AIED 2026: LLM Difficulty Estimation Across 200 Conditions
We're presenting new work at AIED 2026 on a question that matters for anyone building AI-powered assessments: can large language models accurately estimate how hard a test question is?
Item difficulty estimation is foundational to adaptive testing, item bank development, and quality assurance. Traditional methods require hundreds of student responses per item. If LLMs could reliably estimate difficulty from the item text alone, it would dramatically accelerate assessment development — especially for new content areas where student data doesn't yet exist.
What we tested
We evaluated 15+ language models across 200 experimental conditions, varying prompt strategies, item formats, subject areas, and grade levels.

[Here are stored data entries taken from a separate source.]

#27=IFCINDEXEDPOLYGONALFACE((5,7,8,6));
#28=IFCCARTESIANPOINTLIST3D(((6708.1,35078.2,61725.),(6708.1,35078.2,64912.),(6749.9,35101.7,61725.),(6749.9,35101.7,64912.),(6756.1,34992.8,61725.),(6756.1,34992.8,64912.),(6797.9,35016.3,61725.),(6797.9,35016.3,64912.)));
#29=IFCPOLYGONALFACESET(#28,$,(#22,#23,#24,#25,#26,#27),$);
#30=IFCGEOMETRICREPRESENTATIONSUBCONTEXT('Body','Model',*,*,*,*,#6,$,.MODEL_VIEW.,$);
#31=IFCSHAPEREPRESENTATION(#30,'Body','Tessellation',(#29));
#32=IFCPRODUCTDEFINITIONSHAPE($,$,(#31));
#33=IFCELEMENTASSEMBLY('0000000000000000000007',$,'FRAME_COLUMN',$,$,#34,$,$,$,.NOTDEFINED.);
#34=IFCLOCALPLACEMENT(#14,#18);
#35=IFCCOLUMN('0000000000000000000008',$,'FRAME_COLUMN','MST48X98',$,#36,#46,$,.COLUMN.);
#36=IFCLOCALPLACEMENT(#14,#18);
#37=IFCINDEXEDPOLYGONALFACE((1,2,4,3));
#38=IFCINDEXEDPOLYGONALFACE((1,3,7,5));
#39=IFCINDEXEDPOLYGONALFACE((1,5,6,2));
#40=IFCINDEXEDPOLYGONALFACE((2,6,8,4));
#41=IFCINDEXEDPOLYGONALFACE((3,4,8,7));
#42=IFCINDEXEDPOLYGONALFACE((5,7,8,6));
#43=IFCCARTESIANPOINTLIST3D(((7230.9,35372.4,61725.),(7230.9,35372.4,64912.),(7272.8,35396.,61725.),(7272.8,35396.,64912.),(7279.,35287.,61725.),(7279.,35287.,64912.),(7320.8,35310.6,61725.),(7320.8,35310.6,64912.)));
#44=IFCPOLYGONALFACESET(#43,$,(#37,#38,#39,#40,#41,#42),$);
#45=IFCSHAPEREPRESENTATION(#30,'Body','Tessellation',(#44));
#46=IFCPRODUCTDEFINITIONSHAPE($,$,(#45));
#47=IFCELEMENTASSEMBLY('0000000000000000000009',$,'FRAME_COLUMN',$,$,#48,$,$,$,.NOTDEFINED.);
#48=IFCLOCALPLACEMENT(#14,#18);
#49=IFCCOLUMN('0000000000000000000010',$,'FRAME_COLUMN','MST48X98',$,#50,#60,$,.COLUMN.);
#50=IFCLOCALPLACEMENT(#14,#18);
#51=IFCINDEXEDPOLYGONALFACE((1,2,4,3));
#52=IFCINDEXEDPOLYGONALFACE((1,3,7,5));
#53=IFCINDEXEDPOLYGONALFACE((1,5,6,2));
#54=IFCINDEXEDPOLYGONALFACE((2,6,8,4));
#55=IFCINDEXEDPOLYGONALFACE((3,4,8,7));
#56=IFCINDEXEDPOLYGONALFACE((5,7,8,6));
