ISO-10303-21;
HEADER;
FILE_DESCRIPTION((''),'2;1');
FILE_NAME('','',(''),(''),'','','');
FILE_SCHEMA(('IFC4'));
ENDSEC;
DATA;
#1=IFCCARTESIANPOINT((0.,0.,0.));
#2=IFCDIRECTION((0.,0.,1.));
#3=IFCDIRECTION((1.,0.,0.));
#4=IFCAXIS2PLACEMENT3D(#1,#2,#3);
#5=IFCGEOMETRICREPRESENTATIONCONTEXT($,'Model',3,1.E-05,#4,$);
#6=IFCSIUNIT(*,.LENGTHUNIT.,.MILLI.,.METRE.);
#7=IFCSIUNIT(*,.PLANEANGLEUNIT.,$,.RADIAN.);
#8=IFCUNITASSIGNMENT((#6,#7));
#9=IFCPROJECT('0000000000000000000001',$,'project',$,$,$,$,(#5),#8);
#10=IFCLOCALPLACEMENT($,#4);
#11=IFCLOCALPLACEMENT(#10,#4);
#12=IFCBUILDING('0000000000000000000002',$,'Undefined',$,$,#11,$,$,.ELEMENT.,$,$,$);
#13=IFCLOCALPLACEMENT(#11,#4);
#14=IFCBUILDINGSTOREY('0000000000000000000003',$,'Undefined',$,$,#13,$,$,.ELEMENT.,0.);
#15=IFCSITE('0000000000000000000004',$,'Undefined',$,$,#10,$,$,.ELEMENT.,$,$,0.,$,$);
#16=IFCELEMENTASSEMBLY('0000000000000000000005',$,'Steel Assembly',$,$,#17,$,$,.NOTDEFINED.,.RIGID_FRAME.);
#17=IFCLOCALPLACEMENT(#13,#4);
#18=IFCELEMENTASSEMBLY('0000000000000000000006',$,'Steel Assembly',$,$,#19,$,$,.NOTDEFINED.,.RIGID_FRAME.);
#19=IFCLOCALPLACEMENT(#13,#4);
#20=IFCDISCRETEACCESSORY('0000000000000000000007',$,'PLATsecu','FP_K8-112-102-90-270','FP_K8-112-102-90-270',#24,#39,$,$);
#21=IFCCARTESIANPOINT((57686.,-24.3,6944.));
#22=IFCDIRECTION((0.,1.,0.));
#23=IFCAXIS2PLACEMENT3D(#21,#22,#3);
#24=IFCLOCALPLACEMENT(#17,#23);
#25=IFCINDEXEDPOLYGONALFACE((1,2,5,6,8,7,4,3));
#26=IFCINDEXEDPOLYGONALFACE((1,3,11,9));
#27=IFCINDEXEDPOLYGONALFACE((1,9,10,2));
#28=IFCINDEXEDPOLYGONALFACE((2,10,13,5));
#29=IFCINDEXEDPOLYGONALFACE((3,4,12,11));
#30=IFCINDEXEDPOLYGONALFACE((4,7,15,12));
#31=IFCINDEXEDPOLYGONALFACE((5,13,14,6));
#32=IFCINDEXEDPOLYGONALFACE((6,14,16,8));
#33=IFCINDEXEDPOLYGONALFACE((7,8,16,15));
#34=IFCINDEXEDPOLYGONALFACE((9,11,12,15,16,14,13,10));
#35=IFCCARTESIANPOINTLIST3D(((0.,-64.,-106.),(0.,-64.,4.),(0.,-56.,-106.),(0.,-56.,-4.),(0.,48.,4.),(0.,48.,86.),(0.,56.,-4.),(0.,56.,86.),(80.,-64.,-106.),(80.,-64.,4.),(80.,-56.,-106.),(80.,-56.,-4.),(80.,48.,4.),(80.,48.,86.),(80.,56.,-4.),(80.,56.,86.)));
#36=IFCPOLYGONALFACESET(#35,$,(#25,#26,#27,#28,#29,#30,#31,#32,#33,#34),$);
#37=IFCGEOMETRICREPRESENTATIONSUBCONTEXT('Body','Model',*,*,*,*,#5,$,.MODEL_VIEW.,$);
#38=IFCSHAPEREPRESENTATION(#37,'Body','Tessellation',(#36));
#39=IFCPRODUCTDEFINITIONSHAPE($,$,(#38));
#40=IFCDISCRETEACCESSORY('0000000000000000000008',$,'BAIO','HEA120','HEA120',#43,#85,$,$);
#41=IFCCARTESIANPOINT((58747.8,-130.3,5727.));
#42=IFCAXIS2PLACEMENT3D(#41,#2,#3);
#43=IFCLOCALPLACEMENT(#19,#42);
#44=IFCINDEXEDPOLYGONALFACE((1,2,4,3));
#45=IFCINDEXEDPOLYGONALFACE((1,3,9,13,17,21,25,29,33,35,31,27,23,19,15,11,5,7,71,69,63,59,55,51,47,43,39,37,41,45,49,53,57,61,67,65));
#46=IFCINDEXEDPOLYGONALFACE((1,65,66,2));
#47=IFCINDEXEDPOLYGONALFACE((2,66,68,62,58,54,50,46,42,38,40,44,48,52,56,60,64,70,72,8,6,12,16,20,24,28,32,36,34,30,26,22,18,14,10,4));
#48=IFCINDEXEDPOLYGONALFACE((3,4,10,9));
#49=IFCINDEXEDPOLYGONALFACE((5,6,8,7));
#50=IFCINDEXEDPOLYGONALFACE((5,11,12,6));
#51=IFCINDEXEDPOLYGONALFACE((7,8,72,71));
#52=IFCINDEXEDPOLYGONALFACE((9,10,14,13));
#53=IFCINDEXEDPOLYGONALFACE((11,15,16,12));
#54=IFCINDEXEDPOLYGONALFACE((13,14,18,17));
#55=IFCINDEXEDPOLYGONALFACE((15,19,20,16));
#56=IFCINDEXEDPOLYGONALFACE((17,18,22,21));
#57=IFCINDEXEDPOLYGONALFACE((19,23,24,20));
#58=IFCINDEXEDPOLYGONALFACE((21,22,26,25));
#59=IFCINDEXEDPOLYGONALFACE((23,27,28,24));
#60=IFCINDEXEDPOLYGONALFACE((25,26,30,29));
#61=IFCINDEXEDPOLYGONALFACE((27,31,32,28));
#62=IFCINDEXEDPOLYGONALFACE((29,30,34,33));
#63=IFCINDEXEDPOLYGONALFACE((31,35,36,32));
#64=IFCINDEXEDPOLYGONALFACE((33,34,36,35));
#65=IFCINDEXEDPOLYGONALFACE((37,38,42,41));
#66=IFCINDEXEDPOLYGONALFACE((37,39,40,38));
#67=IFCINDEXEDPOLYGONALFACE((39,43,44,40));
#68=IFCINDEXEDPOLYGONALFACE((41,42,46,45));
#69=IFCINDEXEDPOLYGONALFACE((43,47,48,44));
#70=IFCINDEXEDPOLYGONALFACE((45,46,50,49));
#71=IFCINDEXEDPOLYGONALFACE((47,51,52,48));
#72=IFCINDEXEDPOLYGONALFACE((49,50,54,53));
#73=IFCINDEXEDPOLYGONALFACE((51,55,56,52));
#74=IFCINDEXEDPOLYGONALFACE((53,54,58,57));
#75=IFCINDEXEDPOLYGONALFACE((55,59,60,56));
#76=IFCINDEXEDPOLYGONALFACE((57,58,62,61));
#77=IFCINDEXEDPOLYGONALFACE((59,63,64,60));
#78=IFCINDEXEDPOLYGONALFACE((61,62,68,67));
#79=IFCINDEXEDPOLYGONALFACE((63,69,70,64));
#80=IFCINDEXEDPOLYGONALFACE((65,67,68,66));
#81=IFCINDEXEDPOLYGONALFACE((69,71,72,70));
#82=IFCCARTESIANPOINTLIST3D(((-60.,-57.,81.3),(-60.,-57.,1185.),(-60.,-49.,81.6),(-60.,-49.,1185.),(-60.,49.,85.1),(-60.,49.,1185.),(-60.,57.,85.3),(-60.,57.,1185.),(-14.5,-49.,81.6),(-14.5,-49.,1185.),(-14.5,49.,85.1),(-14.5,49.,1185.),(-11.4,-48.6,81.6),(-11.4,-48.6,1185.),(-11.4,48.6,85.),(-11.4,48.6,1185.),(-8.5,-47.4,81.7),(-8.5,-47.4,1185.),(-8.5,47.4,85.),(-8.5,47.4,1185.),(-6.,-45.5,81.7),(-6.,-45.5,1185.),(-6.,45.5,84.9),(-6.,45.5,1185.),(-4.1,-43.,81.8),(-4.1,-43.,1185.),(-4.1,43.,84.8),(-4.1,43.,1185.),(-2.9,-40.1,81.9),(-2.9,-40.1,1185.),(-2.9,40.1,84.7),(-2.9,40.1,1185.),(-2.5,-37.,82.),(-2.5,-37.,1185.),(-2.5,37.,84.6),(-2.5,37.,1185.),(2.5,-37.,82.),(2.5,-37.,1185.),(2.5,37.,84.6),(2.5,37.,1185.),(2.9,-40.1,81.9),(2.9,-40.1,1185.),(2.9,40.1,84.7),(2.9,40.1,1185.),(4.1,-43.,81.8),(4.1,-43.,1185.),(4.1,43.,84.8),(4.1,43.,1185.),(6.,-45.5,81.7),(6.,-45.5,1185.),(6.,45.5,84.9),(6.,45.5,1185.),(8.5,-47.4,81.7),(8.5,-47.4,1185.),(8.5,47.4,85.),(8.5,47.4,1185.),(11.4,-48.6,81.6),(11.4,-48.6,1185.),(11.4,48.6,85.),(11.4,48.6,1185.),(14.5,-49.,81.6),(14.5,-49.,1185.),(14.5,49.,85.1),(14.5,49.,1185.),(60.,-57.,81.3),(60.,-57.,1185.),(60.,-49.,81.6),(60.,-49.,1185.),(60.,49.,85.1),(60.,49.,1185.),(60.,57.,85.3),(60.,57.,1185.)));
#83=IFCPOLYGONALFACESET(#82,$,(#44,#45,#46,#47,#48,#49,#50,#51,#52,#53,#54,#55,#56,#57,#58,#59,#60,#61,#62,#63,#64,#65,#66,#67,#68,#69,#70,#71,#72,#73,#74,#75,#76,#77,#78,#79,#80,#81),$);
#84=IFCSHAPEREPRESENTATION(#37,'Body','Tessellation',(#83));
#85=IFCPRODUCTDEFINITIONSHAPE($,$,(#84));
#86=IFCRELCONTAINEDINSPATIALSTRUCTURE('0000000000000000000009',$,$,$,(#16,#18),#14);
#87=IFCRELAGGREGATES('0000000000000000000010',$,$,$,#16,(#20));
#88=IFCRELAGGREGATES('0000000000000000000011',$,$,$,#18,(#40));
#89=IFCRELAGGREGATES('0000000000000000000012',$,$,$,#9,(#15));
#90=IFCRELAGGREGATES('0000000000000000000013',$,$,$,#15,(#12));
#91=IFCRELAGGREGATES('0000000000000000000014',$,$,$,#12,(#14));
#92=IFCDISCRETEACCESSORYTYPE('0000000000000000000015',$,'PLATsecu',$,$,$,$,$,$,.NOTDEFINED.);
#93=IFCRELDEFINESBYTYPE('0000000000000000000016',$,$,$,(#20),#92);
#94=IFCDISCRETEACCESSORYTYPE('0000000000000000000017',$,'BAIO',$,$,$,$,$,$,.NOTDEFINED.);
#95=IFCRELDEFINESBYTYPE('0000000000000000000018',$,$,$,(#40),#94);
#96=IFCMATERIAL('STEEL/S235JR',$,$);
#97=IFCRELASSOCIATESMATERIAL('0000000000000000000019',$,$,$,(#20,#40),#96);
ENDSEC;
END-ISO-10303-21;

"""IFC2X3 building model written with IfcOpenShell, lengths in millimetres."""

from ifc_helpers import new_model, si_unit, frame, origin_with_axes, origin_2d_with_axis, place, context, subcontext, project, spatial, polyline, i_section, outline, extrude, clip, halfspace, material, type_object, element, aggregate, save


model = new_model("IFC2X3")

# Units and contexts
model_context = context("Model", 3, precision=1e-05, world=origin_with_axes())
body_context = subcontext(model_context, "Body", "Model", "MODEL_VIEW")
ifc_project = project(units=[si_unit("LENGTHUNIT", "METRE", prefix="MILLI"), si_unit("PLANEANGLEUNIT", "RADIAN")], contexts=[model_context])

# Site, building, storey
site_placement = place(None, origin_with_axes())
site = spatial("IfcSite", under=ifc_project, at=site_placement, Name="Undefined", CompositionType="ELEMENT", RefElevation=0.0)
building_placement = place(site_placement, origin_with_axes())
building = spatial("IfcBuilding", under=site, at=building_placement, Name="Undefined", CompositionType="ELEMENT")
storey_placement = place(building_placement, origin_with_axes())
storey = spatial("IfcBuildingStorey", under=building, at=storey_placement, Name="Undefined", CompositionType="ELEMENT", Elevation=0.0)

# Element assembly
ifc_material_1 = material(Name="STEEL/S235JR")
assembly_1_placement = place(storey_placement, origin_with_axes())
assembly_1 = element("IfcElementAssembly", 1, at=assembly_1_placement, inside=storey, Name="Steel Assembly", AssemblyPlace="NOTDEFINED", PredefinedType="RIGID_FRAME")

# Element assembly
assembly_2_placement = place(storey_placement, origin_with_axes())
assembly_2 = element("IfcElementAssembly", 2, at=assembly_2_placement, inside=storey, Name="Steel Assembly", AssemblyPlace="NOTDEFINED", PredefinedType="RIGID_FRAME")

# Discrete accessory
discrete_accessory_type_1 = type_object("IfcDiscreteAccessoryType", Name="PLATsecu")
discrete_accessory_1_placement = place(assembly_1_placement, frame((57686.0, -24.3, 6944.0), z_axis=(0.0, 1.0, 0.0), x_axis=(1.0, 0.0, 0.0)))
discrete_accessory_1 = element("IfcDiscreteAccessory", 3, at=discrete_accessory_1_placement, type_object=discrete_accessory_type_1, material=ifc_material_1, Name="PLATsecu", Description="FP_K8-112-102-90-270", ObjectType="FP_K8-112-102-90-270", context=body_context, shape_type="SweptSolid", body=[
    extrude(outline(polyline([(-56.0, 86.0), (-48.0, 86.0), (-48.0, 4.0), (64.0, 4.0), (64.0, -106.0), (56.0, -106.0), (56.0, -4.0), (-56.0, -4.0), (-56.0, 86.0)])), frame((80.0, 0.0, 0.0), z_axis=(-1.0, 0.0, 0.0), x_axis=(0.0, -1.0, 0.0)), (0.0, 0.0, 1.0), 80.0),
])
aggregate(assembly_1, [discrete_accessory_1])

# Discrete accessory
discrete_accessory_type_2 = type_object("IfcDiscreteAccessoryType", Name="BAIO")
discrete_accessory_2_placement = place(assembly_2_placement, frame((58747.8, -130.3, 5727.0), z_axis=(0.0, 0.0, 1.0), x_axis=(1.0, 0.0, 0.0)))
discrete_accessory_2 = element("IfcDiscreteAccessory", 4, at=discrete_accessory_2_placement, type_object=discrete_accessory_type_2, material=ifc_material_1, Name="BAIO", Description="HEA120", ObjectType="HEA120", context=body_context, shape_type="Clipping", body=[
    clip(clip(extrude(i_section(OverallWidth=120.0, OverallDepth=114.0, WebThickness=5.0, FlangeThickness=8.0, FilletRadius=12.0, at=origin_2d_with_axis()), frame((0.0, 0.0, 1185.0), z_axis=(0.0, 0.0, -1.0), x_axis=(1.0, 0.0, 0.0)), (0.0, 0.0, 1.0), 1185.0), halfspace(frame((-60.0, 57.0, 85.3), z_axis=(0.0, 0.034946, -0.999389), x_axis=(0.0, -0.999389, -0.034946)), False)), halfspace(frame((0.0, -57.0, 1185.0), z_axis=(0.0, 0.0, 1.0), x_axis=(-1.0, 0.0, 0.0)), False)),
])
aggregate(assembly_2, [discrete_accessory_2])

save(model, "model.ifc")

We used our open item bank of 34,000+ CC-licensed assessment items with known psychometric parameters as ground truth.
Key findings
The short version: LLMs can estimate difficulty, but with important caveats. Performance varies significantly by model, subject area, and prompt strategy. Some combinations achieve correlations above 0.7 with empirical difficulty — useful for rough calibration. Others fail badly, especially on items that are hard for reasons LLMs don't naturally attend to (misleading distractors, reading load, prerequisite knowledge gaps).
The full paper, dataset, and evaluation code will be published openly after the conference. This is exactly the kind of infrastructure work Impact-Edu.ai was built to do: rigorous evaluation that benefits the entire field, not just one vendor.